Entonces: ¿hasta qué punto subirá la temperatura? ¿Cuánto tiempo se mantendrá en su punto más alto antes de volver a bajar? ¿Y qué significará esto para nuestro planeta?

El objetivo de 1,5 °C se fijó originalmente en un acuerdo internacional histórico y jurídicamente vinculante en 2015, en la reunión de París de la Conferencia de las Partes (COP) de la Convención Marco de las Naciones Unidas sobre el Cambio Climático (CMNUCC).
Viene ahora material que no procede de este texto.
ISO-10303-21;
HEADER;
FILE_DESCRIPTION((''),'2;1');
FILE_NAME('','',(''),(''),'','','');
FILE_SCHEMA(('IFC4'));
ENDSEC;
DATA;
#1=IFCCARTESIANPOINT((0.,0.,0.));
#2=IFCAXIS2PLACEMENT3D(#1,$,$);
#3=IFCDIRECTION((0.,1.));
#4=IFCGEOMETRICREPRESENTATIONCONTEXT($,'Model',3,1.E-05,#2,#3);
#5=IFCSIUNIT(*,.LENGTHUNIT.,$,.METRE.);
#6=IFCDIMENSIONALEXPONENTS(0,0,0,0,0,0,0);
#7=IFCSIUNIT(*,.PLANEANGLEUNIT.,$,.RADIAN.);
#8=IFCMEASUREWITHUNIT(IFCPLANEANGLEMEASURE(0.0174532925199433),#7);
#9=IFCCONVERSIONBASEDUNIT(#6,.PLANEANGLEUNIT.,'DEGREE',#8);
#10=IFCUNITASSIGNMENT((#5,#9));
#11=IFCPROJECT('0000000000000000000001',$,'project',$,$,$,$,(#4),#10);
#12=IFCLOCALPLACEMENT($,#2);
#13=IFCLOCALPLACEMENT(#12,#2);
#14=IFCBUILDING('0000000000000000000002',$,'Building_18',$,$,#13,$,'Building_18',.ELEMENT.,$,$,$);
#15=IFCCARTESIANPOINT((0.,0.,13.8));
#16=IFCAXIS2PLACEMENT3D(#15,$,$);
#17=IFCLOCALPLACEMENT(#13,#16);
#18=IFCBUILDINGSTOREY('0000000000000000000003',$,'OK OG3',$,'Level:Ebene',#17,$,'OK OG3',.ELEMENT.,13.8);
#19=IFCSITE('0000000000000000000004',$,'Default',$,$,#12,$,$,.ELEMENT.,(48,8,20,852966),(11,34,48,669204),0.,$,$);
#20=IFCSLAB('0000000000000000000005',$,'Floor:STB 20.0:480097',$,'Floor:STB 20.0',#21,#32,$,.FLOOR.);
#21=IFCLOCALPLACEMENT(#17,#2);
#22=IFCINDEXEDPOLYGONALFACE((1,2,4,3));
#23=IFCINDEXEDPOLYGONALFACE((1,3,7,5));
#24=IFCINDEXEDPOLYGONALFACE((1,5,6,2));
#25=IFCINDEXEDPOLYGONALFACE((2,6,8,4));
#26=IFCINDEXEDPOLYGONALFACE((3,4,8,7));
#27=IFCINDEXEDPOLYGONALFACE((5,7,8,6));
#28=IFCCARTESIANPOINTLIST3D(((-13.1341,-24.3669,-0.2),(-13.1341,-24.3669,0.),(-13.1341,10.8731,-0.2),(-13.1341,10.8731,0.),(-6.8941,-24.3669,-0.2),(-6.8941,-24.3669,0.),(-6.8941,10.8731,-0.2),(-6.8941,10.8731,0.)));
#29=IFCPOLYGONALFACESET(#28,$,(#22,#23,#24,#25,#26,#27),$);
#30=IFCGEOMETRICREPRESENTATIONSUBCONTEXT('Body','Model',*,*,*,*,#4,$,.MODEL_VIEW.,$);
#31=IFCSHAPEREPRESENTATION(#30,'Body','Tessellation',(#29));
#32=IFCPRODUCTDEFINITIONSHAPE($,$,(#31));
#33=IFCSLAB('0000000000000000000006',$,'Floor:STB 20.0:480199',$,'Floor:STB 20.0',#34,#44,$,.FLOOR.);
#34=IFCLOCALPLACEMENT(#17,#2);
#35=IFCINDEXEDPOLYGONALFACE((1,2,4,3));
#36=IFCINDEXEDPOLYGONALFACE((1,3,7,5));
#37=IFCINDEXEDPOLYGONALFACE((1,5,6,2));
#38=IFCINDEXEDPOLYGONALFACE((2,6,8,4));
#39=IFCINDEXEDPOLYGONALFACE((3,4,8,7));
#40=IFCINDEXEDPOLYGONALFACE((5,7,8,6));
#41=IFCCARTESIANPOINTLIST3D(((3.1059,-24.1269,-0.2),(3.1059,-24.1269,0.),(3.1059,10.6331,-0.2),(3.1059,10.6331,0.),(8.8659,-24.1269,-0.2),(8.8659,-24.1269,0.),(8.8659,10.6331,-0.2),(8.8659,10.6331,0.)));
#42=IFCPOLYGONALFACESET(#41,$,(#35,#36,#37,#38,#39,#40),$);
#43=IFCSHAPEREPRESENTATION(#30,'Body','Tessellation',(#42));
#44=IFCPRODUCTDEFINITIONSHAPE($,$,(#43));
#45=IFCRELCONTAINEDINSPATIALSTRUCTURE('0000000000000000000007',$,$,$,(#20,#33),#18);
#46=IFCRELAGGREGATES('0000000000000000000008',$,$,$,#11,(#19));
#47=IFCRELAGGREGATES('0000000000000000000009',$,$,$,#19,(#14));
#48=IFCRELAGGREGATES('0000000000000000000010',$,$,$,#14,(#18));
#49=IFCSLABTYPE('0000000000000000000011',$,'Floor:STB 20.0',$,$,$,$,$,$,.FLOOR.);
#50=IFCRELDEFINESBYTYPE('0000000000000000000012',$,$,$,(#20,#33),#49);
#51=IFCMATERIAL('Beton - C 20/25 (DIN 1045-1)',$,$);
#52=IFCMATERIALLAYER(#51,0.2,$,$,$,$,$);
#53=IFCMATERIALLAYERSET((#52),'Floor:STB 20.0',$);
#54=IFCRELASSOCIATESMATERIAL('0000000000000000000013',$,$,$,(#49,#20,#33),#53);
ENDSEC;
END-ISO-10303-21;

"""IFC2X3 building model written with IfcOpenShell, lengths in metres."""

from ifc_helpers import new_model, entity, si_unit, converted_unit, direction, frame, frame_2d, origin, origin_2d_with_axis, place, context, subcontext, project, spatial, rectangle, extrude, material, layer, layer_set, layer_usage, type_object, element, save


model = new_model("IFC2X3")

# Units and contexts
model_context = context("Model", 3, precision=1e-05, world=origin(), true_north=direction((0.0, 1.0)))
body_context = subcontext(model_context, "Body", "Model", "MODEL_VIEW")
ifc_project = project(units=[si_unit("LENGTHUNIT", "METRE"), converted_unit("PLANEANGLEUNIT", "DEGREE", entity("IfcPlaneAngleMeasure", 0.0174532925199433), si_unit("PLANEANGLEUNIT", "RADIAN"), dimensions=[0, 0, 0, 0, 0, 0, 0])], contexts=[model_context])

# Site, building, storey
site_placement = place(None, origin())
site = spatial("IfcSite", under=ifc_project, at=site_placement, Name="Default", CompositionType="ELEMENT", RefLatitude=(48, 8, 20, 852966), RefLongitude=(11, 34, 48, 669204), RefElevation=0.0)
building_placement = place(site_placement, origin())
building = spatial("IfcBuilding", under=site, at=building_placement, Name="Building_18", LongName="Building_18", CompositionType="ELEMENT")
storey_placement = place(building_placement, frame((0.0, 0.0, 13.8)))
storey = spatial("IfcBuildingStorey", under=building, at=storey_placement, Name="OK OG3", ObjectType="Level:Ebene", LongName="OK OG3", CompositionType="ELEMENT", Elevation=13.8)

# Slabs
ifc_material = material(Name="Beton - C 20/25 (DIN 1045-1)")
ifc_layer = layer(ifc_material, 0.2)
ifc_layer_set = layer_set([ifc_layer], Name="Floor:STB 20.0")
ifc_layer_usage_1 = layer_usage(ifc_layer_set, "AXIS3", "POSITIVE", 0.0)
slab_type = type_object("IfcSlabType", Name="Floor:STB 20.0", PredefinedType="FLOOR", material=ifc_layer_set)
slab_1_placement = place(storey_placement, origin())
element("IfcSlab", 1, at=slab_1_placement, inside=storey, type_object=slab_type, material=ifc_layer_usage_1, Name="Floor:STB 20.0:480097", ObjectType="Floor:STB 20.0", PredefinedType="FLOOR", context=body_context, shape_type="SweptSolid", body=[
    extrude(rectangle(XDim=35.24, YDim=6.24, at=frame_2d((0.0, 0.0), x_axis=(1.0, 0.0))), frame((-10.0141, -6.7469, 0.0), z_axis=(0.0, 0.0, -1.0), x_axis=(0.0, 1.0, 0.0)), (0.0, 0.0, 1.0), 0.2),
])
ifc_layer_usage_2 = layer_usage(ifc_layer_set, "AXIS3", "POSITIVE", 0.0)
slab_2_placement = place(storey_placement, origin())
element("IfcSlab", 2, at=slab_2_placement, inside=storey, type_object=slab_type, material=ifc_layer_usage_2, Name="Floor:STB 20.0:480199", ObjectType="Floor:STB 20.0", PredefinedType="FLOOR", context=body_context, shape_type="SweptSolid", body=[
    extrude(rectangle(XDim=34.76, YDim=5.76, at=origin_2d_with_axis()), frame((5.9859, -6.7469, 0.0), z_axis=(0.0, 0.0, -1.0), x_axis=(0.0, 1.0, 0.0)), (0.0, 0.0, 1.0), 0.2),
])

save(model, "model.ifc")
El Acuerdo de París tenía como objetivo reducir rápidamente las emisiones de gases de efecto invernadero y mantener el aumento de la temperatura del planeta muy por debajo de los 2 °C, al tiempo que se proseguían los esfuerzos para limitar el calentamiento a 1,5 °C.

Esto se convirtió en la estrella guía de la acción global para combatir el cambio climático, con el amplio reconocimiento de que cuanto mayor es el calentamiento, mayores son los daños a los ecosistemas, la salud humana, el suministro de alimentos y otros aspectos del bienestar del planeta.
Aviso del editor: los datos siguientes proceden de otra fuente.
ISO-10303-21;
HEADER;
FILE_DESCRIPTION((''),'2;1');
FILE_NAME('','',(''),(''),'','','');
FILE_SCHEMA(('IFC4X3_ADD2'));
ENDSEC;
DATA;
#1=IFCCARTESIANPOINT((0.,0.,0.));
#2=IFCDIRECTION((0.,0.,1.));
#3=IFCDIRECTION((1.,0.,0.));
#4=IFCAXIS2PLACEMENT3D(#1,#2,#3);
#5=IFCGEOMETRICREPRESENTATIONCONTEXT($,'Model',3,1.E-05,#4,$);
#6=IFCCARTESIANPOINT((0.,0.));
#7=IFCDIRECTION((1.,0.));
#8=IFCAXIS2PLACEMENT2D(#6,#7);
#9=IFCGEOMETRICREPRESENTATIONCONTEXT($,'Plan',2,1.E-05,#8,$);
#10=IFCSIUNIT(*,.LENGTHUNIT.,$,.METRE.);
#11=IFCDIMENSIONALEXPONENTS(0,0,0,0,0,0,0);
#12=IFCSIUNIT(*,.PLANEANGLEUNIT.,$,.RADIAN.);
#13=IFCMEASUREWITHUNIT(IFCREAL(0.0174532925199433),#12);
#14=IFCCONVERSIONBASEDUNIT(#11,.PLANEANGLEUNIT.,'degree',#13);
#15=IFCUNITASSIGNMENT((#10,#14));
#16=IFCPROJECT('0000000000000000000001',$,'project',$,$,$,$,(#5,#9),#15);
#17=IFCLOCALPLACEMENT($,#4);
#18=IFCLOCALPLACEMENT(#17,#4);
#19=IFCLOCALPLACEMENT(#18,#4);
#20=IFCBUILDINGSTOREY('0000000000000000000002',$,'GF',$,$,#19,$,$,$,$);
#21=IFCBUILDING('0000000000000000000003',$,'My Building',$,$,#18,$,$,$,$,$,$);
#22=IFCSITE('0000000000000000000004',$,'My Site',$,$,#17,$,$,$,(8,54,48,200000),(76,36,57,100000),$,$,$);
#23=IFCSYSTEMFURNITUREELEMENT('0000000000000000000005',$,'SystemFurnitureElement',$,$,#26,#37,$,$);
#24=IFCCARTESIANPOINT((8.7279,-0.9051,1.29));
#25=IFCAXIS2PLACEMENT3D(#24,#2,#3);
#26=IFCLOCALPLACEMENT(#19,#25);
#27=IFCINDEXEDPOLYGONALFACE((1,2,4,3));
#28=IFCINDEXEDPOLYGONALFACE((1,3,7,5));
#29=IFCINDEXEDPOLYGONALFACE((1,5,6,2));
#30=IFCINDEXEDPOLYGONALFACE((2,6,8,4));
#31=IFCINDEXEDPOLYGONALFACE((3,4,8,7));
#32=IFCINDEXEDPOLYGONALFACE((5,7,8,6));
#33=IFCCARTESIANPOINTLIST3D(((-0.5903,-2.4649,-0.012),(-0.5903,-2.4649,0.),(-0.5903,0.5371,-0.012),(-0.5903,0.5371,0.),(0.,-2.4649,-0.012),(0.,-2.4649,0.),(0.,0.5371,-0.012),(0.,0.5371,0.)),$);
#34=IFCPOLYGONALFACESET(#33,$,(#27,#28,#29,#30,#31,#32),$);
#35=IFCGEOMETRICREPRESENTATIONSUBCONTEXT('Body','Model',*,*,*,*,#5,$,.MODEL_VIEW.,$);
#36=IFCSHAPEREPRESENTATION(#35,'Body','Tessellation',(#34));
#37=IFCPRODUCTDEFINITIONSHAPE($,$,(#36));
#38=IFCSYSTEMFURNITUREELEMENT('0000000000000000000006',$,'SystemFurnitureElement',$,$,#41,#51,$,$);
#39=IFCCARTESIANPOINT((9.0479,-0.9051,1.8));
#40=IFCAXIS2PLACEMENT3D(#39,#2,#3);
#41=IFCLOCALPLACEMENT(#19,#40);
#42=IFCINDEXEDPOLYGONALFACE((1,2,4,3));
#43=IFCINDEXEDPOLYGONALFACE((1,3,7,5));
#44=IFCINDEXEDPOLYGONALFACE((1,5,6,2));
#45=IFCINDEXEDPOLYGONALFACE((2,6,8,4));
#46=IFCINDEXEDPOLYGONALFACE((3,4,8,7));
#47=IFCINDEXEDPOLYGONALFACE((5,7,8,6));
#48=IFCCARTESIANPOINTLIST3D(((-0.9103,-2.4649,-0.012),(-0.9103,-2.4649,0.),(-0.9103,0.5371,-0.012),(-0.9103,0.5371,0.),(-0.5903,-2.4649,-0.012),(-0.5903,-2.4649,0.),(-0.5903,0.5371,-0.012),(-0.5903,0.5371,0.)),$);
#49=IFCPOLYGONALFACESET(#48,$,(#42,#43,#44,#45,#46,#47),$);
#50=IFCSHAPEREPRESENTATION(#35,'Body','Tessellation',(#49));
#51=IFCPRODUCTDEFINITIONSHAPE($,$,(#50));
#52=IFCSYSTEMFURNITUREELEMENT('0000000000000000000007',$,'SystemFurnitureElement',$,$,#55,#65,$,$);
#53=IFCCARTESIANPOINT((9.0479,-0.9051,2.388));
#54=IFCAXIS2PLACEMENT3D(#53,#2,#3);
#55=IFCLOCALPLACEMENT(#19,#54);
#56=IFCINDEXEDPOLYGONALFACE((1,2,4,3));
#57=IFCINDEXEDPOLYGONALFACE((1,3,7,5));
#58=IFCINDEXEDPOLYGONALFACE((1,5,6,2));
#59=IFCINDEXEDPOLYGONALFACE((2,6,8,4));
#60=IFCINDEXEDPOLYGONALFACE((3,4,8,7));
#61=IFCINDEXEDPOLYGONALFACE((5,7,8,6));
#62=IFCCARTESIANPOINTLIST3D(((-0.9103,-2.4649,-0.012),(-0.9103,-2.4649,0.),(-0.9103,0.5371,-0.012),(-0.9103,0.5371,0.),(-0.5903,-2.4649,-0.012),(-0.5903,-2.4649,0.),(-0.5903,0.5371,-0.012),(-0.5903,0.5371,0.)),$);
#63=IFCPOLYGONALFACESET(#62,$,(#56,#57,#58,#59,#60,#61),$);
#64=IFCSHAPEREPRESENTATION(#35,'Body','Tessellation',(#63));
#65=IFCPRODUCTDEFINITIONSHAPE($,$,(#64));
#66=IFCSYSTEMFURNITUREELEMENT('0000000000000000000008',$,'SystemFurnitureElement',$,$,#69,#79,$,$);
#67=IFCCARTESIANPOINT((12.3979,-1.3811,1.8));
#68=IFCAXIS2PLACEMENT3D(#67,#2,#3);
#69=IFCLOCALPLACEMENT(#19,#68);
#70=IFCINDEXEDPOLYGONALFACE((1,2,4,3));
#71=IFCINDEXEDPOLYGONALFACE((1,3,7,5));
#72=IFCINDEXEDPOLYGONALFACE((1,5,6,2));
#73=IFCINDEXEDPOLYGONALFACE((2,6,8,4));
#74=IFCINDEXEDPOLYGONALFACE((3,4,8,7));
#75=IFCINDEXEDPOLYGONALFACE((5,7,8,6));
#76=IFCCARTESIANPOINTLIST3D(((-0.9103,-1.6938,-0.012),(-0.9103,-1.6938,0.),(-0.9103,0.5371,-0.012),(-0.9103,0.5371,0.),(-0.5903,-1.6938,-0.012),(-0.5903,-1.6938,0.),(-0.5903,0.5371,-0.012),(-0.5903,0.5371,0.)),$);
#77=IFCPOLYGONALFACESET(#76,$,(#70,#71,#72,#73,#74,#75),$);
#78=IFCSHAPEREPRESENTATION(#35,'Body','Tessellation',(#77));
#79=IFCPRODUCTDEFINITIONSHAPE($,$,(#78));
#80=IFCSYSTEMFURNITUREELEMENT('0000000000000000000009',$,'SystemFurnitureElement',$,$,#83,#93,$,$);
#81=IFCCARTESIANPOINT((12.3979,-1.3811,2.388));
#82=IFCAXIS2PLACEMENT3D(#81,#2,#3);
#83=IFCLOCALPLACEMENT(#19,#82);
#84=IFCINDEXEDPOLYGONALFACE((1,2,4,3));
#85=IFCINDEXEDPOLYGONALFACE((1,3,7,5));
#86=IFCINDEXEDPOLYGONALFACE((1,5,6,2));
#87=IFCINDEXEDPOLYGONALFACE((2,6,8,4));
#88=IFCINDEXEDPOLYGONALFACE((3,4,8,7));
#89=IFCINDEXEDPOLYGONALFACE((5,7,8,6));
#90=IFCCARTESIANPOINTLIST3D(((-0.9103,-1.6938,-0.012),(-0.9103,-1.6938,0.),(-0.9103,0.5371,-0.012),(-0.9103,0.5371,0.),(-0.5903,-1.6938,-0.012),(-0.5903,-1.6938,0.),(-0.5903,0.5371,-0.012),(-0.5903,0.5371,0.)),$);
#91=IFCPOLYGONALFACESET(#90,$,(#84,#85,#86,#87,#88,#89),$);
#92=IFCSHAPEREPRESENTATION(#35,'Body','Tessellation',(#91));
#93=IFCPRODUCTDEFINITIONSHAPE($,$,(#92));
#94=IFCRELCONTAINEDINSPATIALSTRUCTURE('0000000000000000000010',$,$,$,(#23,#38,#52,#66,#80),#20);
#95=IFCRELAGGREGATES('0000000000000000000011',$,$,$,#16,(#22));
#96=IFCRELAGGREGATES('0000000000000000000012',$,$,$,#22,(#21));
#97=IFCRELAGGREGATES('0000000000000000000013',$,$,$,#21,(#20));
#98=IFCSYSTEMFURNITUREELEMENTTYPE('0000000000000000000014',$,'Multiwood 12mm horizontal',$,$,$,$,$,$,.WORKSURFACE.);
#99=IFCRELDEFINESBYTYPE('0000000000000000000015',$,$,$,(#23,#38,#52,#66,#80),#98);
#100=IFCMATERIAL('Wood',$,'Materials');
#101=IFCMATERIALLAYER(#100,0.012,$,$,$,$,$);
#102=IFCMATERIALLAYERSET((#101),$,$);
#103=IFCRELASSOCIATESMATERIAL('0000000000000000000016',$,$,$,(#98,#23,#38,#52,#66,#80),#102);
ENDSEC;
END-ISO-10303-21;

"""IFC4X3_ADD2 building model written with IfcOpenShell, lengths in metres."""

from ifc_helpers import new_model, entity, si_unit, converted_unit, frame, origin_with_axes, origin_2d_with_axis, place, context, subcontext, project, spatial, indexed_curve, outline, extrude, material, layer, layer_set, layer_usage, type_object, element, save


model = new_model("IFC4X3_ADD2")

# Units and contexts
model_context = context("Model", 3, precision=1e-05, world=origin_with_axes())
plan_context = context("Plan", 2, precision=1e-05, world=origin_2d_with_axis())
body_context = subcontext(model_context, "Body", "Model", "MODEL_VIEW")
ifc_project = project(units=[si_unit("LENGTHUNIT", "METRE"), converted_unit("PLANEANGLEUNIT", "degree", entity("IfcReal", 0.0174532925199433), si_unit("PLANEANGLEUNIT", "RADIAN"), dimensions=[0, 0, 0, 0, 0, 0, 0])], contexts=[model_context, plan_context])

# Site, building, storey
site_placement = place(None, origin_with_axes())
site = spatial("IfcSite", under=ifc_project, at=site_placement, Name="My Site", RefLatitude=(8, 54, 48, 200000), RefLongitude=(76, 36, 57, 100000))
building_placement = place(site_placement, origin_with_axes())
building = spatial("IfcBuilding", under=site, at=building_placement, Name="My Building")
storey_placement = place(building_placement, origin_with_axes())
storey = spatial("IfcBuildingStorey", under=building, at=storey_placement, Name="GF")

# System furniture elements
ifc_material_1 = material(Name="Wood", Category="Materials")
ifc_layer_1 = layer(ifc_material_1, 0.012)
ifc_layer_set_1 = layer_set([ifc_layer_1])
system_furniture_element_type_1 = type_object("IfcSystemFurnitureElementType", Name="Multiwood 12mm horizontal", PredefinedType="WORKSURFACE", material=ifc_layer_set_1)
ifc_layer_usage_1 = layer_usage(ifc_layer_set_1, "AXIS3", "POSITIVE", -0.012)
system_furniture_element_1_placement = place(storey_placement, frame((8.7279, -0.9051, 1.29), z_axis=(0.0, 0.0, 1.0), x_axis=(1.0, 0.0, 0.0)))
element("IfcSystemFurnitureElement", 1, at=system_furniture_element_1_placement, inside=storey, type_object=system_furniture_element_type_1, material=ifc_layer_usage_1, Name="SystemFurnitureElement", context=body_context, shape_type="SweptSolid", body=[
    extrude(outline(indexed_curve([(0.0, 0.5371), (-0.5903, 0.5371), (-0.5903, -2.4649), (0.0, -2.4649), (0.0, 0.5371)])), frame((0.0, 0.0, -0.012), z_axis=(0.0, 0.0, 1.0), x_axis=(1.0, 0.0, 0.0)), (0.0, 0.0, 1.0), 0.012),
])
ifc_layer_usage_2 = layer_usage(ifc_layer_set_1, "AXIS3", "POSITIVE", -0.012)
system_furniture_element_2_placement = place(storey_placement, frame((9.0479, -0.9051, 1.8), z_axis=(0.0, 0.0, 1.0), x_axis=(1.0, 0.0, 0.0)))
element("IfcSystemFurnitureElement", 2, at=system_furniture_element_2_placement, inside=storey, type_object=system_furniture_element_type_1, material=ifc_layer_usage_2, Name="SystemFurnitureElement", context=body_context, shape_type="SweptSolid", body=[
    extrude(outline(indexed_curve([(-0.9103, -2.4649), (-0.5903, -2.4649), (-0.5903, 0.5371), (-0.9103, 0.5371), (-0.9103, -2.4649)])), frame((0.0, 0.0, -0.012), z_axis=(0.0, 0.0, 1.0), x_axis=(1.0, 0.0, 0.0)), (0.0, 0.0, 1.0), 0.012),
])
ifc_layer_usage_3 = layer_usage(ifc_layer_set_1, "AXIS3", "POSITIVE", -0.012)
system_furniture_element_3_placement = place(storey_placement, frame((9.0479, -0.9051, 2.388), z_axis=(0.0, 0.0, 1.0), x_axis=(1.0, 0.0, 0.0)))
element("IfcSystemFurnitureElement", 3, at=system_furniture_element_3_placement, inside=storey, type_object=system_furniture_element_type_1, material=ifc_layer_usage_3, Name="SystemFurnitureElement", context=body_context, shape_type="SweptSolid", body=[
    extrude(outline(indexed_curve([(-0.9103, -2.4649), (-0.5903, -2.4649), (-0.5903, 0.5371), (-0.9103, 0.5371), (-0.9103, -2.4649)])), frame((0.0, 0.0, -0.012), z_axis=(0.0, 0.0, 1.0), x_axis=(1.0, 0.0, 0.0)), (0.0, 0.0, 1.0), 0.012),
])
ifc_layer_usage_4 = layer_usage(ifc_layer_set_1, "AXIS3", "POSITIVE", -0.012)
system_furniture_element_4_placement = place(storey_placement, frame((12.3979, -1.3811, 1.8), z_axis=(0.0, 0.0, 1.0), x_axis=(1.0, 0.0, 0.0)))
element("IfcSystemFurnitureElement", 4, at=system_furniture_element_4_placement, inside=storey, type_object=system_furniture_element_type_1, material=ifc_layer_usage_4, Name="SystemFurnitureElement", context=body_context, shape_type="SweptSolid", body=[
    extrude(outline(indexed_curve([(-0.9103, 0.5371), (-0.5903, 0.5371), (-0.5903, -1.6938), (-0.9103, -1.6938), (-0.9103, 0.5371)])), frame((0.0, 0.0, -0.012), z_axis=(0.0, 0.0, 1.0), x_axis=(1.0, 0.0, 0.0)), (0.0, 0.0, 1.0), 0.012),
])
ifc_layer_usage_5 = layer_usage(ifc_layer_set_1, "AXIS3", "POSITIVE", -0.012)
system_furniture_element_5_placement = place(storey_placement, frame((12.3979, -1.3811, 2.388), z_axis=(0.0, 0.0, 1.0), x_axis=(1.0, 0.0, 0.0)))
element("IfcSystemFurnitureElement", 5, at=system_furniture_element_5_placement, inside=storey, type_object=system_furniture_element_type_1, material=ifc_layer_usage_5, Name="SystemFurnitureElement", context=body_context, shape_type="SweptSolid", body=[
    extrude(outline(indexed_curve([(-0.9103, 0.5371), (-0.5903, 0.5371), (-0.5903, -1.6938), (-0.9103, -1.6938), (-0.9103, 0.5371)])), frame((0.0, 0.0, -0.012), z_axis=(0.0, 0.0, 1.0), x_axis=(1.0, 0.0, 0.0)), (0.0, 0.0, 1.0), 0.012),
])

save(model, "model.ifc")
Sin embargo, ahora, más de una década después, las acciones y compromisos acumulados de las naciones en materia de emisiones están muy por debajo de lo necesario para cumplir los objetivos del Acuerdo de París. Para complicar las cosas, Estados Unidos se retiró del acuerdo en 2020 y de nuevo en 2026 —siendo la única de las 195 partes originales en hacerlo—.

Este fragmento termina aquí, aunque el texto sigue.